## [Exercise objective]
Find the word "IFCFURNISHINGELEMENT" below. Copy each line that has it.
__________
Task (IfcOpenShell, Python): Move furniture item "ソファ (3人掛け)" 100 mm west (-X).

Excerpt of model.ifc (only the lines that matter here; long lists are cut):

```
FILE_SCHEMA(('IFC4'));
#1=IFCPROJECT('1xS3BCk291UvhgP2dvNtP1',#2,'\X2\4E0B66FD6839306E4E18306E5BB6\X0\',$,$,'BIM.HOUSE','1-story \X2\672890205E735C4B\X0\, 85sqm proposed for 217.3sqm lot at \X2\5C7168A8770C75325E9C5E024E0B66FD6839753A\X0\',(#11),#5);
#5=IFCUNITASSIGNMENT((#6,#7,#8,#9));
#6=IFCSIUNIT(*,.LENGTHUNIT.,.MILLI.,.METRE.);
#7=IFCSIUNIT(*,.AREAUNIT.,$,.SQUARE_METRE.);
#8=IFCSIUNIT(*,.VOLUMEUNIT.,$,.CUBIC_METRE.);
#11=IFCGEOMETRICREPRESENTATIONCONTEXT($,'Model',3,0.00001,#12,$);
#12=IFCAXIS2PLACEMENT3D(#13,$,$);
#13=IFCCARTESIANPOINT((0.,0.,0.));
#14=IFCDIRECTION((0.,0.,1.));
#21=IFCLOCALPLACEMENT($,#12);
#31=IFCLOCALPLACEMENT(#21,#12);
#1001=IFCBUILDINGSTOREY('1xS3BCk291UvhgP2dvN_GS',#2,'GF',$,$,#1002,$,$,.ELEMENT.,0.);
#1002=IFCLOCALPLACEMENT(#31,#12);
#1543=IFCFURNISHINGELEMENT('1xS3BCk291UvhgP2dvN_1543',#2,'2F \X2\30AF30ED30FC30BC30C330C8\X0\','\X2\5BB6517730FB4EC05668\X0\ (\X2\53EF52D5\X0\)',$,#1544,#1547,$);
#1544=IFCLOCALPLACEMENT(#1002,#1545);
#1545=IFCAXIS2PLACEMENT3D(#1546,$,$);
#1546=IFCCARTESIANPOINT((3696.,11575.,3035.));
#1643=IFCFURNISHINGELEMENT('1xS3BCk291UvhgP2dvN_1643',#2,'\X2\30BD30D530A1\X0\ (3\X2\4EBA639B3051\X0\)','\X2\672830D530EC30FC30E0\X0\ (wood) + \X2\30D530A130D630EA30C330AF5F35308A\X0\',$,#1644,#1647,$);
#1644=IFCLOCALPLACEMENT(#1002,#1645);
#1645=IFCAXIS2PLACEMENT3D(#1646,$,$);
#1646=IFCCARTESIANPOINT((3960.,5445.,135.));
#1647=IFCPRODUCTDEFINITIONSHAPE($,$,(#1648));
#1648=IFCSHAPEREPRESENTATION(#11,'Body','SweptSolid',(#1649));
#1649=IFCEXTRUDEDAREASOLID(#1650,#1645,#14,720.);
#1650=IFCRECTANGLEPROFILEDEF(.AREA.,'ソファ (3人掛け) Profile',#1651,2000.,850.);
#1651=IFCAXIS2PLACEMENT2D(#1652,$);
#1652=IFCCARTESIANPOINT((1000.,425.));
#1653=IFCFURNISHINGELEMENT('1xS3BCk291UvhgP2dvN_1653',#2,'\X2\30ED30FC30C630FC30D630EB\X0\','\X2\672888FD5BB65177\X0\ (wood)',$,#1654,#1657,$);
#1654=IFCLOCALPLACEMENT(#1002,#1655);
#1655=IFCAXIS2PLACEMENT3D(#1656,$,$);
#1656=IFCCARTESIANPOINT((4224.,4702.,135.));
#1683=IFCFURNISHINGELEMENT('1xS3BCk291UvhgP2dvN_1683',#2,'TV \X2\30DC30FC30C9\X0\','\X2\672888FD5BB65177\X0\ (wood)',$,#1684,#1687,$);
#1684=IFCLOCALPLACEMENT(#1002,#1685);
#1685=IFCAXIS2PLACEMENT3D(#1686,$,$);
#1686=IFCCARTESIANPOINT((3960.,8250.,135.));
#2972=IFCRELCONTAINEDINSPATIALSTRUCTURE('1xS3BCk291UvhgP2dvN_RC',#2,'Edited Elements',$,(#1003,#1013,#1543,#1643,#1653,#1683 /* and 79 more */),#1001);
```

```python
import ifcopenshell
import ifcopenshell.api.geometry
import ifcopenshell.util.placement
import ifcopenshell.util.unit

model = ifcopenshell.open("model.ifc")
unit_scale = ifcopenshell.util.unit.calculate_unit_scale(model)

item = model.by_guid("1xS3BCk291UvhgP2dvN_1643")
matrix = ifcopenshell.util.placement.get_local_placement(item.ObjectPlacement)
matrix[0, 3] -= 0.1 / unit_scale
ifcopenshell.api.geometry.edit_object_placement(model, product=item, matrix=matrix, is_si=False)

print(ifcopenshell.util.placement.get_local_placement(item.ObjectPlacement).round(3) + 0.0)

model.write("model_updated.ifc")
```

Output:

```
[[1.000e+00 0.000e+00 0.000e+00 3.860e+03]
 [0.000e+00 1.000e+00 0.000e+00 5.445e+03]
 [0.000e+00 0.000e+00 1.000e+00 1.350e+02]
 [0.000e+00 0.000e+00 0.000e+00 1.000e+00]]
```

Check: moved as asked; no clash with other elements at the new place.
__________
## [Solved exercise]
#1543=IFCFURNISHINGELEMENT('1xS3BCk291UvhgP2dvN_1543',#2,'2F \X2\30AF30ED30FC30BC30C330C8\X0\','\X2\5BB6517730FB4EC05668\X0\ (\X2\53EF52D5\X0\)',$,#1544,#1547,$);
#1643=IFCFURNISHINGELEMENT('1xS3BCk291UvhgP2dvN_1643',#2,'\X2\30BD30D530A1\X0\ (3\X2\4EBA639B3051\X0\)','\X2\672830D530EC30FC30E0\X0\ (wood) + \X2\30D530A130D630EA30C330AF5F35308A\X0\',$,#1644,#1647,$);
#1653=IFCFURNISHINGELEMENT('1xS3BCk291UvhgP2dvN_1653',#2,'\X2\30ED30FC30C630FC30D630EB\X0\','\X2\672888FD5BB65177\X0\ (wood)',$,#1654,#1657,$);
#1683=IFCFURNISHINGELEMENT('1xS3BCk291UvhgP2dvN_1683',#2,'TV \X2\30DC30FC30C9\X0\','\X2\672888FD5BB65177\X0\ (wood)',$,#1684,#1687,$);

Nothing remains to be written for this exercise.